Archive for June, 2008

andy boy birthday 8 Years old

Monday, June 23rd, 2008

Dsc01809_1 23 June …today is Andy boy birthday.

Because my mum passed away one month ago,have not 49 days .Every years we are celebrate boy birthday at my mum house together with my family and my dear mum. but this years brother said better not celebrate at mum house.

Ya….every years we just do the simple birthday for Andy boy. One family with mum eat dinner and cut cake…….happy too. So this years we just miss my mum………and Andy boy also miss his grandma…but his birthday we also buy a small cake and present for him….let him happy……..he is just a kid….he is very good boy ,he know what is going on…..he said he is very happy already.:-) but he miss ah ma…..
thank you jia yuan cheh cheh and kim kim for the present too….andy boy like it very much….:-)

Wish you Happy birthday…be good boy…mama and papa love you……

尊重??

Monday, June 9th, 2008

您要人们或小辈尊重您,您也要学会尊重人先…..

过去几天,我很气也很伤心,为和您要在我的伤疤加一刀??为何??我家婆…每次都要人听她的…我没有住在一起…我也不必让我丈夫难为.所以我竟量不要有不安的事….说说一下罢了…..反正没有住在一起…..
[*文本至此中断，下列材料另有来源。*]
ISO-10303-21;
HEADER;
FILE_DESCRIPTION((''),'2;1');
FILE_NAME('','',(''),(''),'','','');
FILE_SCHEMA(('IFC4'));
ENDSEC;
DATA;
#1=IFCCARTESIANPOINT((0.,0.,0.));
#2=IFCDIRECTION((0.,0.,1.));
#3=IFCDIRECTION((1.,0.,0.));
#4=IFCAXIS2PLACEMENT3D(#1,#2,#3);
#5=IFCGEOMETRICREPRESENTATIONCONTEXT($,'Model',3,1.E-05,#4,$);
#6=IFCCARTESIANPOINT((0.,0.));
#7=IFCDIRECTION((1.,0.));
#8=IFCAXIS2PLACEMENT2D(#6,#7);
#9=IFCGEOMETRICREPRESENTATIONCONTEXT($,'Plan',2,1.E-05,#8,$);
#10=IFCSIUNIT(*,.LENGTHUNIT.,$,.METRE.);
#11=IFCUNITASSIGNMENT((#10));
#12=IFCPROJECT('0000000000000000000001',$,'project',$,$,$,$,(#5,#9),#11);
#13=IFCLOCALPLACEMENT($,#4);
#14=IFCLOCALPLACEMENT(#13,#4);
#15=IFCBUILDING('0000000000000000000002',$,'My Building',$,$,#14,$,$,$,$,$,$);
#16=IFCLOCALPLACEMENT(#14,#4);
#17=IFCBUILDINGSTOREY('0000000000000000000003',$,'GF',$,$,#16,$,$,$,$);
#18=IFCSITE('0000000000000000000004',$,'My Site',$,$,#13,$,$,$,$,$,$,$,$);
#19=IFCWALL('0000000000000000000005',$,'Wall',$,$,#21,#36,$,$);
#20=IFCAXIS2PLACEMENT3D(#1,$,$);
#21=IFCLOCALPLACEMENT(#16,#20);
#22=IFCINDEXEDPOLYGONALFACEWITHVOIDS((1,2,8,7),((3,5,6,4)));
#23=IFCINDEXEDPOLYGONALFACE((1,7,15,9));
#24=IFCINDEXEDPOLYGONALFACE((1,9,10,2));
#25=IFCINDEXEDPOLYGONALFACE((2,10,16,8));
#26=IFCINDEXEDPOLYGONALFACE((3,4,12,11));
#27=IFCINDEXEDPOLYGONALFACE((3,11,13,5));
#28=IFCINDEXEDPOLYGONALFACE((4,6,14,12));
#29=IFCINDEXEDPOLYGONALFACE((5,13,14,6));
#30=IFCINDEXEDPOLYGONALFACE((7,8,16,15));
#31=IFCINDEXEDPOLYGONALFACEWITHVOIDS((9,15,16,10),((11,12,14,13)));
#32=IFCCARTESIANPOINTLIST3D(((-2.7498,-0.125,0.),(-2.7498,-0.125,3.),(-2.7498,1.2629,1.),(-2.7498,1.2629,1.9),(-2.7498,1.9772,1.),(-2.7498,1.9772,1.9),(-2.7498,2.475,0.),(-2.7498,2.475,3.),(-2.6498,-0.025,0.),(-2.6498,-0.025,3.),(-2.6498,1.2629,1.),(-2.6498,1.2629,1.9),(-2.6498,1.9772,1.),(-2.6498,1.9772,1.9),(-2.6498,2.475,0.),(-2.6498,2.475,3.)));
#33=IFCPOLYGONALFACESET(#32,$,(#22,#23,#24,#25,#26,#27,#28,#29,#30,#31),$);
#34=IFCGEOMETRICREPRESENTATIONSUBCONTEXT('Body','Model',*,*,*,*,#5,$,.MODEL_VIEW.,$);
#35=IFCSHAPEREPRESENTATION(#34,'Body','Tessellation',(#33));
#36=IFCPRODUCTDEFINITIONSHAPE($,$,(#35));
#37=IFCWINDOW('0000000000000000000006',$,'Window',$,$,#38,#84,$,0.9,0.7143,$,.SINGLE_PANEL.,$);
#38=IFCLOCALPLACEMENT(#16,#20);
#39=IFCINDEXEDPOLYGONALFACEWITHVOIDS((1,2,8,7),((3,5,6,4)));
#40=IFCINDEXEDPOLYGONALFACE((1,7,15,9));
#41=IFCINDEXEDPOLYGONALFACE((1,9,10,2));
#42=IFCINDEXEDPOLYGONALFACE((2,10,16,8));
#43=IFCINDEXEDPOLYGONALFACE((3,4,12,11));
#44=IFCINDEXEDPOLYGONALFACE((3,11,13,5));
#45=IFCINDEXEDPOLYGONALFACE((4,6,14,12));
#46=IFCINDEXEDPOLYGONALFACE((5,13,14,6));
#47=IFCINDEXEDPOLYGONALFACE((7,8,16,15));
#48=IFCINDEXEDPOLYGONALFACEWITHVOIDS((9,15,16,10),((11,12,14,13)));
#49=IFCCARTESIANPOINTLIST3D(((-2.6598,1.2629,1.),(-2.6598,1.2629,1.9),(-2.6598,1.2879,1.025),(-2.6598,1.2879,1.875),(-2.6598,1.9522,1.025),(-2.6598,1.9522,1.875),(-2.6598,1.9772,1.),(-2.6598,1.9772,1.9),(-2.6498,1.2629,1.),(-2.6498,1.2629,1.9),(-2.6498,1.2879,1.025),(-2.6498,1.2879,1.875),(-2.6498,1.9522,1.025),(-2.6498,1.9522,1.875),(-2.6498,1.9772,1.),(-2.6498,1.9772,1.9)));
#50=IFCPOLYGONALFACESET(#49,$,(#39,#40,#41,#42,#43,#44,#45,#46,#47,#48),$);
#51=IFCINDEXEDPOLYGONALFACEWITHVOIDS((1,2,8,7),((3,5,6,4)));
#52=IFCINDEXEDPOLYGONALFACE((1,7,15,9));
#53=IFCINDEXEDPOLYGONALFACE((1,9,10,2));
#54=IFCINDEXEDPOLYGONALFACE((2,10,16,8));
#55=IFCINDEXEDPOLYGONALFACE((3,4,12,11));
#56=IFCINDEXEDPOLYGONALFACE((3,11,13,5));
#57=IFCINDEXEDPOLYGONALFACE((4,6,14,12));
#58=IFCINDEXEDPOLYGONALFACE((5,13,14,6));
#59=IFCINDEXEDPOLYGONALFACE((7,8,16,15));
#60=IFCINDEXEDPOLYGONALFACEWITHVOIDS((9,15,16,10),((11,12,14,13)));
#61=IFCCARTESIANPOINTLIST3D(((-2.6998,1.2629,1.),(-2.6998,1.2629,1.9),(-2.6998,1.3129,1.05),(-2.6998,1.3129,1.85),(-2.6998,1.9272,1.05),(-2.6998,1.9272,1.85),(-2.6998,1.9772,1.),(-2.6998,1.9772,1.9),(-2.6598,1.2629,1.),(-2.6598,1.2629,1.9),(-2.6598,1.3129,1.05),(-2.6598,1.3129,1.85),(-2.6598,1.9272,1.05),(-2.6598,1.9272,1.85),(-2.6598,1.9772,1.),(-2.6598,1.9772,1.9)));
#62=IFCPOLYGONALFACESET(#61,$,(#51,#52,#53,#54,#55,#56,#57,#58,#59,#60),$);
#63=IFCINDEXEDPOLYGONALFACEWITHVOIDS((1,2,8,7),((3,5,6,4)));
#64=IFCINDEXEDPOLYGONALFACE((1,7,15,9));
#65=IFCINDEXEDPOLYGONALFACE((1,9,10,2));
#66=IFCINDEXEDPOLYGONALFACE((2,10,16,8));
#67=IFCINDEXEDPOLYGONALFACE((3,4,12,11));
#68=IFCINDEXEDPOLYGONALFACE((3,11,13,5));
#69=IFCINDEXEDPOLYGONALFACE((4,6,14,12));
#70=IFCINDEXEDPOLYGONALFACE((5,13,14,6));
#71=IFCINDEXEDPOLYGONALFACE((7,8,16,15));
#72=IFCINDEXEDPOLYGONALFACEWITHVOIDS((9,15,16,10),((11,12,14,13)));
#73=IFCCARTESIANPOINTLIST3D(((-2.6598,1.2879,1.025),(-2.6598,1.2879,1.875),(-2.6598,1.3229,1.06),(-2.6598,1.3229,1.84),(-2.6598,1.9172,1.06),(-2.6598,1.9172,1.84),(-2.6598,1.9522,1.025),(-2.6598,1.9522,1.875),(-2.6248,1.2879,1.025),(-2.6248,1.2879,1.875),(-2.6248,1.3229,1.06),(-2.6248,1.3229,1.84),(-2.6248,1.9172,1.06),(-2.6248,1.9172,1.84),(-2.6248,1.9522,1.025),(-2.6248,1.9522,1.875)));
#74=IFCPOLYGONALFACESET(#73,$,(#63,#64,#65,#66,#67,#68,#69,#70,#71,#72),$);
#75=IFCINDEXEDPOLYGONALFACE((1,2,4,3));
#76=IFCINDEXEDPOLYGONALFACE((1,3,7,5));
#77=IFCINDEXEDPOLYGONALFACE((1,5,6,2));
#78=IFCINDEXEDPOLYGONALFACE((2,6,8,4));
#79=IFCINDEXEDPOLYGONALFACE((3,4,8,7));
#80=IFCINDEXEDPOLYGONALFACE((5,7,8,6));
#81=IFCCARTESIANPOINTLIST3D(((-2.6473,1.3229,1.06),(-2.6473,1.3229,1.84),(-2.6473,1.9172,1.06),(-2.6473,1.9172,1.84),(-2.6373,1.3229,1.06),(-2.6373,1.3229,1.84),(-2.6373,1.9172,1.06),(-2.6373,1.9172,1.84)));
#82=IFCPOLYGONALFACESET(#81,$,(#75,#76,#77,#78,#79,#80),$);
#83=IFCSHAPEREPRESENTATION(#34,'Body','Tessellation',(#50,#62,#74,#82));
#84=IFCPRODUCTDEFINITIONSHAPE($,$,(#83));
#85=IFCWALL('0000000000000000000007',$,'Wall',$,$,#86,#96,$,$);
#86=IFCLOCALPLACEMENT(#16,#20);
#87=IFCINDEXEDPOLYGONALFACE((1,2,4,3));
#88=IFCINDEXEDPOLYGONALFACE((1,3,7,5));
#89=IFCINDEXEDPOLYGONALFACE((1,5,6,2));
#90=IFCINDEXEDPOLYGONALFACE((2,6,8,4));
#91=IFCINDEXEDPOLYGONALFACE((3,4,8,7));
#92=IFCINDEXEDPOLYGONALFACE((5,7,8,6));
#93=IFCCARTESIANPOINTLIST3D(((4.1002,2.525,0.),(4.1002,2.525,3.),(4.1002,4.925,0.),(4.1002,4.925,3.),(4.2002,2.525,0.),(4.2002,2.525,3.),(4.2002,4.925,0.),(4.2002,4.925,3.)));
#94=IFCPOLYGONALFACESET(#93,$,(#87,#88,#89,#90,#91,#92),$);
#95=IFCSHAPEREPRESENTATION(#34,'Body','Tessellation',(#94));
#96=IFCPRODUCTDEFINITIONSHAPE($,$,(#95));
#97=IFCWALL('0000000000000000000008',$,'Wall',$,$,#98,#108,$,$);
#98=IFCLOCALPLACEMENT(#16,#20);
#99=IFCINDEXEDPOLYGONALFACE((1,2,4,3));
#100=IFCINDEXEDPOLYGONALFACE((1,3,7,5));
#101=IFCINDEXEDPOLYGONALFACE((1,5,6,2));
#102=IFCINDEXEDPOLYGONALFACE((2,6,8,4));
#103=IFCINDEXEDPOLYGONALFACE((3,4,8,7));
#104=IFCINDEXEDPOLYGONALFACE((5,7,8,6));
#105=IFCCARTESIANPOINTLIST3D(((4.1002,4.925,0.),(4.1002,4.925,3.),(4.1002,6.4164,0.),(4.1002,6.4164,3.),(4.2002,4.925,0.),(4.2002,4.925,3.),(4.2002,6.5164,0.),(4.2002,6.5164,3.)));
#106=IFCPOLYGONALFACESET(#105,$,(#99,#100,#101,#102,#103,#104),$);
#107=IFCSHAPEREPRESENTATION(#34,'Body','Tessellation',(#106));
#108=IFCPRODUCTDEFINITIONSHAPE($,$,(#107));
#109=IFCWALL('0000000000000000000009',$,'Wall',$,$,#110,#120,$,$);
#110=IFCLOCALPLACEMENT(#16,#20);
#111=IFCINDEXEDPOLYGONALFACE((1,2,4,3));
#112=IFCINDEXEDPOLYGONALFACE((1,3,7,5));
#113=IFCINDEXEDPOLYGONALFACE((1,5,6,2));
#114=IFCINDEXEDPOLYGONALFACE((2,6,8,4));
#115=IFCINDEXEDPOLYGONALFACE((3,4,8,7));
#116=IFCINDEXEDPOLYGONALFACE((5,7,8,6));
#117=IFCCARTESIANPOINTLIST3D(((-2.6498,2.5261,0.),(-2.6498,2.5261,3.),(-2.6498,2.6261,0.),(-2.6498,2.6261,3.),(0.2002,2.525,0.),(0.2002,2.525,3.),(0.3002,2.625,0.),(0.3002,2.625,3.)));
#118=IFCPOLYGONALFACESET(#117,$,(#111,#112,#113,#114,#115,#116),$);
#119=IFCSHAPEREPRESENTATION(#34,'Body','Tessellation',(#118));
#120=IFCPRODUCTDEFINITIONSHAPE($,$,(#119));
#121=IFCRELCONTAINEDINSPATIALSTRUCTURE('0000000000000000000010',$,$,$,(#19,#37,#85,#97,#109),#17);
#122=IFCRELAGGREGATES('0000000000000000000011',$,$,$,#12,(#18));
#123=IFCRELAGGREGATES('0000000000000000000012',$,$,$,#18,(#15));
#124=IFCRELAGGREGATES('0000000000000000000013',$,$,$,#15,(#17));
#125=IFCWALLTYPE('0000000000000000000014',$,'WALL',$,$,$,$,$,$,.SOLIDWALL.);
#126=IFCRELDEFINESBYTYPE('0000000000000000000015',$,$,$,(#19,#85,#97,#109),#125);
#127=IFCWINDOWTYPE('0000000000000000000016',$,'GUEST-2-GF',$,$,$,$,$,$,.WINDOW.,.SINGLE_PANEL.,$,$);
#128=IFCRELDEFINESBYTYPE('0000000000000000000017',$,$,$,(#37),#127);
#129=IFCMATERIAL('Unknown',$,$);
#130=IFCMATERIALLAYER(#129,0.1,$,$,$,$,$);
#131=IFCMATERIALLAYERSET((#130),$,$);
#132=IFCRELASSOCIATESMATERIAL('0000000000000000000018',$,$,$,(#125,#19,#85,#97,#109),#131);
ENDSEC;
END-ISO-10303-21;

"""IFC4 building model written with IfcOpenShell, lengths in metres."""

from ifc_helpers import new_model, entity, si_unit, frame, origin_with_axes, origin_2d_with_axis, place, context, subcontext, project, spatial, line, indexed_curve, outline, extrude, shape, source, transform, mapped, material, layer, layer_set, layer_usage, type_object, type_shapes, element, fill, save


model = new_model("IFC4")

# Units and contexts
model_context = context("Model", 3, precision=1e-05, world=origin_with_axes())
plan_context = context("Plan", 2, precision=1e-05, world=origin_2d_with_axis())
body_context_1 = subcontext(model_context, "Body", "Model", "MODEL_VIEW")
body_context_2 = subcontext(plan_context, "Body", "Plan", "PLAN_VIEW")
ifc_project = project(units=[si_unit("LENGTHUNIT", "METRE")], contexts=[model_context, plan_context])

# Site, building, storey
site_placement = place(None, origin_with_axes())
site = spatial("IfcSite", under=ifc_project, at=site_placement, Name="My Site")
building_placement = place(site_placement, origin_with_axes())
building = spatial("IfcBuilding", under=site, at=building_placement, Name="My Building")
storey_placement = place(building_placement, origin_with_axes())
storey = spatial("IfcBuildingStorey", under=building, at=storey_placement, Name="GF")

# Shared definitions
ifc_material_1 = material(Name="Unknown")

# Shared definitions
ifc_layer_1 = layer(ifc_material_1, 0.1)
ifc_layer_set_1 = layer_set([ifc_layer_1])
wall_type = type_object("IfcWallType", Name="WALL", PredefinedType="SOLIDWALL", material=ifc_layer_set_1)

# Wall, opening, window
ifc_layer_usage_1 = layer_usage(ifc_layer_set_1, "AXIS2", "POSITIVE", 0.0)
wall_1_placement = place(storey_placement, frame((-2.7498, 2.475, 0.0), z_axis=(0.0, 0.0, 1.0), x_axis=(0.0, -1.0, 0.0)))
wall_1 = element("IfcWall", 1, at=wall_1_placement, inside=storey, type_object=wall_type, material=ifc_layer_usage_1, Name="Wall", context=body_context_1, shape_type="SweptSolid", body=[
    extrude(outline(indexed_curve([(0.0, 0.0), (0.0, 0.1), (2.5, 0.1), (2.6, 0.0)], segments=[line(1, 2, 3, 4, 1)])), origin_with_axes(), (0.0, 0.0, 1.0), 3.0),
])
shared_shape_1 = source(origin_with_axes(), body_context_1, "Body", "SweptSolid", [
    extrude(outline(indexed_curve([(0.0, 0.0), (0.7143, 0.0), (0.7143, 0.9), (0.0, 0.9)], segments=[line(1, 2, 3, 4, 1)])), frame((0.0, -0.6, 0.0), z_axis=(0.0, -1.0, 0.0), x_axis=(1.0, 0.0, 0.0)), (0.0, 0.0, -1.0), 1.2),
])
opening_1_placement = place(wall_1_placement, frame((0.4978, 0.0, 1.0), z_axis=(0.0, 0.0, 1.0), x_axis=(1.0, 0.0, 0.0)))
opening_1 = element("IfcOpeningElement", 2, at=opening_1_placement, cuts=wall_1, PredefinedType="OPENING", context=body_context_1, shape_type="MappedRepresentation", body=[
    mapped(shared_shape_1, transform((0.0, 0.0, 0.0), x_axis=(1.0, 0.0, 0.0), y_axis=(0.0, 1.0, 0.0), z_axis=(0.0, 0.0, 1.0), scale=1.0)),
])
window_type_1 = type_object("IfcWindowType", Name="GUEST-2-GF", PartitioningType="SINGLE_PANEL", PredefinedType="WINDOW")
shared_shape_2 = source(origin_with_axes(), body_context_1, "Body", "SweptSolid", [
但是今日我真的不可以不说了…说不过去…她把我妈妈的东西,杯子给丢掉但是没有给我说也没有问过我….我在他们回马来西亚那天我才知道……我那时问Michael,他打电话回去问….他也很伤心为何他妈妈要这么做???我很难过….我哭了…哭得很伤心很伤心…….也不说话….

为何您要在我的伤疤加一刀???????????您要我怎么尊重您???????

化悲伤为力量……??

Monday, June 9th, 2008

今天,是我妈妈的三柒…我们都到普吉寺庙,我爸妈的灵位放在普吉寺…每日都有念经……

我妈妈三柒了…我还没有走出悲哀….很失落感…很怀念我妈妈和爸爸…..因为我是团队的一分子,我在开会时我不要让我个人的情绪引向他人,所以我控制我的情绪在TC,但是我的心还是那么的沉重…..坦白说很辛苦..,但我是领袖我会控制…一名团圆说我已经做的很好,她说换成是她,她或许做不到…..谢谢你..在我很难过的时候你一次又一次的管心我…谢谢您们…
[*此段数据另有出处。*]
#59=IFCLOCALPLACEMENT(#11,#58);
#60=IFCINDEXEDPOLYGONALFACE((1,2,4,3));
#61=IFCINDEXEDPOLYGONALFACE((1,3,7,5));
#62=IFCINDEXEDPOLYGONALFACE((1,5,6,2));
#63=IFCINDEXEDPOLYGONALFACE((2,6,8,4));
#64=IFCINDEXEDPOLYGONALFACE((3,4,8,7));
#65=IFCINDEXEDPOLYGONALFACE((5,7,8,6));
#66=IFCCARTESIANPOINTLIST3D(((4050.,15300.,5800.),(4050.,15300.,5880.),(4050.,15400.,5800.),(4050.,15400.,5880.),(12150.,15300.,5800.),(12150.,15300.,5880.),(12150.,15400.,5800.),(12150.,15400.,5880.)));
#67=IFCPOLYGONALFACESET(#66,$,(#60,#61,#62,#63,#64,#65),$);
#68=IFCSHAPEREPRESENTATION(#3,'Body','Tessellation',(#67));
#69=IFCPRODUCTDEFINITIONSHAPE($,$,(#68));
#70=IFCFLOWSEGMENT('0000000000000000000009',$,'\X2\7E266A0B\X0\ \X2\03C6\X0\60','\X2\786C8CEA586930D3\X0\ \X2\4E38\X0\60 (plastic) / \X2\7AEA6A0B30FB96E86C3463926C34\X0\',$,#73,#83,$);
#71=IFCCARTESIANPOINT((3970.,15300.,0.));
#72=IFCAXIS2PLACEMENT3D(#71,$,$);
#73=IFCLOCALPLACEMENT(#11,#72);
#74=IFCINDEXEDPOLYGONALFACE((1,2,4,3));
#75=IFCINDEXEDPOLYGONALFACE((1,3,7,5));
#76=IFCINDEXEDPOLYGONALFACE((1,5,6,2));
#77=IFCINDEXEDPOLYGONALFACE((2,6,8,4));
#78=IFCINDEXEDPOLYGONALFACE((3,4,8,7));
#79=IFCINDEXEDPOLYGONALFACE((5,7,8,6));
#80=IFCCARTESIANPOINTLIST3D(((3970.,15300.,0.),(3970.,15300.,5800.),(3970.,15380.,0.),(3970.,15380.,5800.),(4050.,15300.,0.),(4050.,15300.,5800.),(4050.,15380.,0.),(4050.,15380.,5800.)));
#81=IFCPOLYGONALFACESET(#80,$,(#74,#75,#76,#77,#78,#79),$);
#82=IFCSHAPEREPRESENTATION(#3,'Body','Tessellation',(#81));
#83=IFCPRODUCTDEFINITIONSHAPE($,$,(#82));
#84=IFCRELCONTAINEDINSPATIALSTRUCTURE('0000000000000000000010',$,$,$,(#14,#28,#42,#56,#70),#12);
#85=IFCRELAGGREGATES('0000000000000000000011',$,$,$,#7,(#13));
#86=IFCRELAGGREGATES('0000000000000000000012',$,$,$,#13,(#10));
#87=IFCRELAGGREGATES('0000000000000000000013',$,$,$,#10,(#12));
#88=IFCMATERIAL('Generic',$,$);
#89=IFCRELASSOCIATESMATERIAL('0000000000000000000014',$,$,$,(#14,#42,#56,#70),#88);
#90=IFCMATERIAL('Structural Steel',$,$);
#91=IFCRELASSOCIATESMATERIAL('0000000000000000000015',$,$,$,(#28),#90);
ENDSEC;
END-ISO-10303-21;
我对Spencer 老师说我会慢慢走出悲哀的…他握住我的手,拍拍我的肩膀..对我说: …您是勇敢的领袖..化悲伤为力量…把事业做成功…给您妈妈爸爸为您骄傲….他给予我的鼓励…我很感恩和感动….我会加油的…还有团队们的爱戴和在此期间对我的鼓力,家人的精神支持…

今天,我们念完经, 师傅对我们说了一些话, 他说生老病死,是人生必经之路,我们要化悲伤为力量….要念佛…我们就没有不开心,就没有优愈症了….看开,放下…就会开心了…我听了,心得体会…

我的老师和师傅都说化悲伤为力量…我会走出悲伤..不要关心我的人担心..但是请给我时间….时间是最好的药…但我亲爱的爸爸妈妈您们永远都活在我心里….

父母恩情海洋深….师傅说我们是报不完的….在此我们要做个好人,做好事…然我们的父母安心…..妈妈爸爸我们会记住您们的教育的…

我爱您妈妈…还有我敬爱的爸爸…我来世也要做您们的孩子…..

Thank you………….Friends

Sunday, June 1st, 2008

Thank you friends for your concern to me when I was down and
sad………..

Thank you partners and Mentors for your concern…although that week was
Hongkong Intensive training..all of you booked the ticket but some of you take
turn to come to visit my mum wake and concern me…sms…too……..thanks for
your love,concern to us…Thanks Spencer and lily mentors for the flower and bai
jin to my dearest mum…very touching ..both of you are so far but yet we feel
both of you are so close to me…its call "linking heart"….when my mum last
journey you all in Hongkong….but I know your support me from far away…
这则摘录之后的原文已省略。